In the end, it sounds like our best option may be to ask the DuraCloud Team to create a way to turn off the "auto-delete" option of the DuraCloud Sync Tool. Bill Branan seemed open to this idea, and is investigating it (from the sounds of it, he thought it'd be a worthwhile and hopefully not too difficult of a change).

Here's a basic example future DSpace/DuraCloud interaction workflow, that may allow us to perform a "trickle" synchronization of content:

  1. Create a Folder, and turn on DuraCloud Sync Tool and point at that Folder. Make sure the "auto-delete" option of the Sync Tool is turned OFF.
  2. Export the first 10GB of AIP content from DSpace into that Folder. DuraCloud will automatically notice the new files and sync them up into the cloud storage.
  3. Next, remove the already synced 10GB of content from the Folder (if "auto-delete" option is turned OFF, DuraCloud will retain that content in cloud storage).
  4. Export the next 10GB of AIP content from DSpace into that Folder. DuraCloud will automatically notice the new files and sync them up into the cloud storage. This will bring the total storage in DuraCloud up to 20GB (even though your local sync folder only has 10GB)
  5. Repeat in batches of 10GB until all of DSpace content AIPs are loaded into DuraCloud

Obviously, there are a few things to note about this workflow:

  1. If "auto-delete" was turned OFF, DuraCloud will never remove any content, until you explicitly tell it to. This means we may need a "cleanup" script or have an "audit" script which can clean up unnecessary files that still exist in DuraCloud that were removed from DSpace.
  2. DuraCloud will accept updates to files. If you place a file into your sync folder with the name "ITEM-123454678-1.zip", and DuraCloud already has a file of that name in its storage space, DuraCloud will compare the files (via checksum). If they are different, the new file will overwrite the old file.
  3. BIG ISSUE If you accidentally switched the "auto-delete" option back ON, DuraCloud may auto-delete all/most of your content. Bill Branan & I discussed this as a major concern that we need to resolve in some way. Maybe DuraCloud Sync Tool needs to default to not auto-delete content? Or, at the very least, explicitly WARN you if you tried to turn ON "auto-delete".

Auditing Functionality

Once content is in DuraCloud, we need a way to audit that content and compare it to what is currently in DSpace.

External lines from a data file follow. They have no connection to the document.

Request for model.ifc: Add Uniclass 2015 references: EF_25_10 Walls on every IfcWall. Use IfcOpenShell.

First a look at what the model holds.

```python
import ifcopenshell

model = ifcopenshell.open("model.ifc")
print(model.schema)
print("classifications:", [c.Name for c in model.by_type("IfcClassification")])
for ifc_class in ("IfcDoor", "IfcRoof", "IfcStair", "IfcWall", "IfcWindow"):
    print(ifc_class, len(model.by_type(ifc_class)))
```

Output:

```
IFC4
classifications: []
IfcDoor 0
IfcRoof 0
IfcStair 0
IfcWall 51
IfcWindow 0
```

```python
import ifcopenshell
import ifcopenshell.api.classification

model = ifcopenshell.open("model.ifc")

system = ifcopenshell.api.classification.add_classification(model, classification="Uniclass 2015")

codes = {
    "IfcWall": ("EF_25_10", "Walls"),
}
for ifc_class, (code, name) in codes.items():
    products = model.by_type(ifc_class)
    ifcopenshell.api.classification.add_reference(
        model, products=products, classification=system, identification=code, name=name
    )
    print(code, len(products))

model.write("model_v2.ifc")
```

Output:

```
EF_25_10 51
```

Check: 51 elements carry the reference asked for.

A very simple DuraCloud/DSpace auditing workflow may be as follows:

  1. Export an AIP for a random DSpace Object (or a chosen one) to local filesystem
  2. Generate a local checksum of the exported AIP
  3. Using the DuraCloud REST API, compare that local checksum with the checksum for that item as stored in DuraCloud
    • If the checksums match, then the content is identical (successful audit)
    • If they don't match, then you know one or the other is out of sync
  4. Repeat as necessary for some/all objects in DSpace

2 Comments

  1. It would be nice if the sync. tool, when running with auto-delete disabled, could mark the copy in DuraCloud as "undeletable".  An undeletable file could not be deleted until the "undeletable" flag is turned off.  There should be no code in the sync. tool to turn the flag off.  Then an accidental failure to disable auto-delete would be an annoyance, not a disaster.  (Here we need to distinguish deletion from replacement.  I have no idea how much work would be required to make that distinction possible in DuraCloud.)

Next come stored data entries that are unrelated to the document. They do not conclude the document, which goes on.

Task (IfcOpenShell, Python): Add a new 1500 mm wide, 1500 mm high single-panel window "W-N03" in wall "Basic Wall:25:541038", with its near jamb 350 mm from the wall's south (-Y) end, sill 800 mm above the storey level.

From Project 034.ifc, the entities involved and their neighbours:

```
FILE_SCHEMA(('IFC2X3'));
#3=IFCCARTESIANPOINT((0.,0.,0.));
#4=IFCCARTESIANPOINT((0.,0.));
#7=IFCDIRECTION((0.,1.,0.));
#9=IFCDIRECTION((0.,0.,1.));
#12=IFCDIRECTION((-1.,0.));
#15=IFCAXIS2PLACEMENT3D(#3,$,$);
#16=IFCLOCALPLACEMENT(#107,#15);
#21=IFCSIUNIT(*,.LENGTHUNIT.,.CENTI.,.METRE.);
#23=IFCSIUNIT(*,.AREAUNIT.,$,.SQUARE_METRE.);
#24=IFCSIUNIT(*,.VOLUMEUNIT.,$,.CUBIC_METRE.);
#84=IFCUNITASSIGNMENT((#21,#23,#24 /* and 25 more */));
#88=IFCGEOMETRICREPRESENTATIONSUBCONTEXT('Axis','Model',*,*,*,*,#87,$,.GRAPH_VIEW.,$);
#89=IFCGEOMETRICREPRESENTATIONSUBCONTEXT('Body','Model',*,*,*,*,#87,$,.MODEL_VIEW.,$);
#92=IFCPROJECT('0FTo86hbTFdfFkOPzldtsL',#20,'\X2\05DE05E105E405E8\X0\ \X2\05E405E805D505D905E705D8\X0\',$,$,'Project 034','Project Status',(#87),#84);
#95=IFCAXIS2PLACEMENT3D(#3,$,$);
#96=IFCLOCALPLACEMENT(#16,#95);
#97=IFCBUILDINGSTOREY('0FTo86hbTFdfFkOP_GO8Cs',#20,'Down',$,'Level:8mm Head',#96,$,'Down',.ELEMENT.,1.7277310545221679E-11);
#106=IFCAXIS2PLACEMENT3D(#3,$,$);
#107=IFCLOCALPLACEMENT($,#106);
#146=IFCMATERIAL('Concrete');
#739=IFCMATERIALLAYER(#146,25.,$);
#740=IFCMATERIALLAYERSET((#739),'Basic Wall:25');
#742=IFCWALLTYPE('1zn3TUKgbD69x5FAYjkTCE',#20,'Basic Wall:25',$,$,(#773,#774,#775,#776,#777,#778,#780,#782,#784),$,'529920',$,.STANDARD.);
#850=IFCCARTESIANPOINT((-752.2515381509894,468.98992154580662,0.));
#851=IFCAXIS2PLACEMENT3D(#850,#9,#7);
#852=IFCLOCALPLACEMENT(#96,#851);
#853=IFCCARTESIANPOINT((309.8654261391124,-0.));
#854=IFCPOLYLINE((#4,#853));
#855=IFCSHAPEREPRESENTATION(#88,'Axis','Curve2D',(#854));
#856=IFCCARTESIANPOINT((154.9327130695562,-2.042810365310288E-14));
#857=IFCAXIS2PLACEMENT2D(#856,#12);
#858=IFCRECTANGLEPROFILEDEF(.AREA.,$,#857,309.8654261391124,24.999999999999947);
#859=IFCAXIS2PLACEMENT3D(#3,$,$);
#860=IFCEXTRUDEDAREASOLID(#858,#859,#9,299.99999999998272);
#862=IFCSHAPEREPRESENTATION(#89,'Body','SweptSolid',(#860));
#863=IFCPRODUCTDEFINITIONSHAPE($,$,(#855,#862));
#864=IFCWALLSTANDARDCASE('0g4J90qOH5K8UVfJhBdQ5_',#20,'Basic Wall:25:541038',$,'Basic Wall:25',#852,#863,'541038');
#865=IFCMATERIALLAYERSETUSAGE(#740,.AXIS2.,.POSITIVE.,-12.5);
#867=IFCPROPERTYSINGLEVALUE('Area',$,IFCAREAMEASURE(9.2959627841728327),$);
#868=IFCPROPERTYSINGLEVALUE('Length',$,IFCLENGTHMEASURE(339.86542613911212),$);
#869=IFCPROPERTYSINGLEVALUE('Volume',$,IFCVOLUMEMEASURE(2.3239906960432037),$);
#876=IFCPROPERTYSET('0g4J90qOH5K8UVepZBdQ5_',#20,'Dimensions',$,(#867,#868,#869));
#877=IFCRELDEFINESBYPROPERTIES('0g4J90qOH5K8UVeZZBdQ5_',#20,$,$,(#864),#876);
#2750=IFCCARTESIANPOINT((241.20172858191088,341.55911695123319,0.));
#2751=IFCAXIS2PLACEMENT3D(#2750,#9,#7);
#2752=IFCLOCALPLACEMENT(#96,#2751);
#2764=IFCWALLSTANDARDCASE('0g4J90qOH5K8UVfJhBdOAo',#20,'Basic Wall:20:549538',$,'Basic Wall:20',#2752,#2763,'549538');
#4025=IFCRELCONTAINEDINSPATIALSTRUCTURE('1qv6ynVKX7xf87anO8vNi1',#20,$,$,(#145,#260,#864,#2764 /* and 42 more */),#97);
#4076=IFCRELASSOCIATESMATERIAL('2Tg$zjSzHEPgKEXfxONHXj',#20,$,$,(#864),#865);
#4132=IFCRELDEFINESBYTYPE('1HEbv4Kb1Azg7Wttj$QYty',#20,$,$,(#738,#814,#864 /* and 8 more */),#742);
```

```python
import numpy as np
import ifcopenshell
import ifcopenshell.api.feature
import ifcopenshell.api.geometry
import ifcopenshell.api.pset
import ifcopenshell.api.root
import ifcopenshell.api.spatial
import ifcopenshell.api.type
import ifcopenshell.geom
import ifcopenshell.util.element
import ifcopenshell.util.placement
import ifcopenshell.util.representation
import ifcopenshell.util.shape
import ifcopenshell.util.unit

model = ifcopenshell.open("Project 034.ifc")
unit_scale = ifcopenshell.util.unit.calculate_unit_scale(model)
area_scale = ifcopenshell.util.unit.calculate_unit_scale(model, "AREAUNIT")
volume_scale = ifcopenshell.util.unit.calculate_unit_scale(model, "VOLUMEUNIT")
settings = ifcopenshell.geom.settings()


def volume(element):
    """Net volume in cubic metres, openings subtracted."""
    shape = ifcopenshell.geom.create_shape(settings, element)
    return ifcopenshell.util.shape.get_volume(shape.geometry)


wall = model.by_guid("0g4J90qOH5K8UVfJhBdQ5_")
storey = ifcopenshell.util.element.get_container(wall, ifc_class="IfcBuildingStorey")
context = ifcopenshell.util.representation.get_context(model, "Model", "Body", "MODEL_VIEW")
before = volume(wall)

width, height, from_end, sill = 1.5, 1.5, 0.35, 0.8  # metres

# The wall runs along its own X axis, and the end named is its -X end.
wall_shape = ifcopenshell.geom.create_shape(settings, wall)
x, y, z = ifcopenshell.util.shape.get_vertices(wall_shape.geometry).T
start = x.min() + from_end
face, thickness = float(y.min()), float(y.max() - y.min())
wall_matrix = ifcopenshell.util.placement.get_local_placement(wall.ObjectPlacement)
level = ifcopenshell.util.placement.get_local_placement(storey.ObjectPlacement)[2, 3]


def in_wall(x, y):
    """Placement at x, y metres in the wall's axes, at sill height."""
    matrix = wall_matrix.copy()
    matrix[:, 3] = wall_matrix @ np.array([x / unit_scale, y / unit_scale, 0.0, 1.0])
    matrix[2, 3] = level + sill / unit_scale
    return matrix


# Opening: a box that overshoots both wall faces by 50 mm.
opening = ifcopenshell.api.root.create_entity(model, ifc_class="IfcOpeningElement")
box = ifcopenshell.api.geometry.add_wall_representation(
    model, context=context, length=width, height=height, thickness=thickness + 0.1
)
ifcopenshell.api.geometry.assign_representation(model, product=opening, representation=box)
ifcopenshell.api.geometry.edit_object_placement(model, product=opening, matrix=in_wall(start, face - 0.05), is_si=False)
ifcopenshell.api.feature.add_feature(model, feature=opening, element=wall)

window = ifcopenshell.api.root.create_entity(model, ifc_class="IfcWindow", name="W-N03")
window.OverallWidth, window.OverallHeight = width / unit_scale, height / unit_scale
body = ifcopenshell.api.geometry.add_window_representation(
    model,
    context=context,
    overall_width=window.OverallWidth,
    overall_height=window.OverallHeight,
    partition_type="SINGLE_PANEL",
)
ifcopenshell.api.geometry.assign_representation(model, product=window, representation=body)
ifcopenshell.api.spatial.assign_container(model, products=[window], relating_structure=storey)
fills = ifcopenshell.api.feature.add_filling(model, opening=opening, element=window)
fills.OwnerHistory = window.OwnerHistory  # required in IFC2X3

# IFC2X3 keeps the operation on the window style.
style = ifcopenshell.api.root.create_entity(model, ifc_class="IfcWindowStyle", name="W-N03")
style.OperationType, style.ConstructionType = "SINGLE_PANEL", "NOTDEFINED"
style.ParameterTakesPrecedence = style.Sizeable = False
ifcopenshell.api.type.assign_type(model, related_objects=[window], relating_type=style)

# Centre the window in the wall's thickness.
ifcopenshell.api.geometry.edit_object_placement(model, product=window, matrix=in_wall(start, face), is_si=False)
window_shape = ifcopenshell.geom.create_shape(settings, window)
depth = ifcopenshell.util.shape.get_vertices(window_shape.geometry)[:, 1]
offset = face + thickness / 2 - (depth.min() + depth.max()) / 2
ifcopenshell.api.geometry.edit_object_placement(model, product=window, matrix=in_wall(start, offset), is_si=False)

after = volume(wall)

# Update the wall's stored quantities.
pset = model.by_id(ifcopenshell.util.element.get_pset(wall, "Dimensions", should_inherit=False)["id"])
ifcopenshell.api.pset.edit_pset(model, pset=pset, properties={
    "Area": model.create_entity("IfcAreaMeasure", after / thickness / area_scale),
    "Volume": model.create_entity("IfcVolumeMeasure", after / volume_scale),
})

print(f"wall volume {before:.3f} -> {after:.3f} m3")

model.write("Project 034_v2.ifc")
```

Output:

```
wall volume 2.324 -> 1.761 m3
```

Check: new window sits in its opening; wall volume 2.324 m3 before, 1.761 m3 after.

    Or, much simpler:  add a "copy" tool, to be used instead of the "sync" tool when you are doing partial mirroring.  The "copy" tool would have no code for deleting anything.  It can still do smart copying by comparing checksums or whatever, but it only puts objects into the cloud; it never removes objects from the cloud.

    1. Good ideas Mark! I'll pass these on to Bill Branan & the DuraCloud team.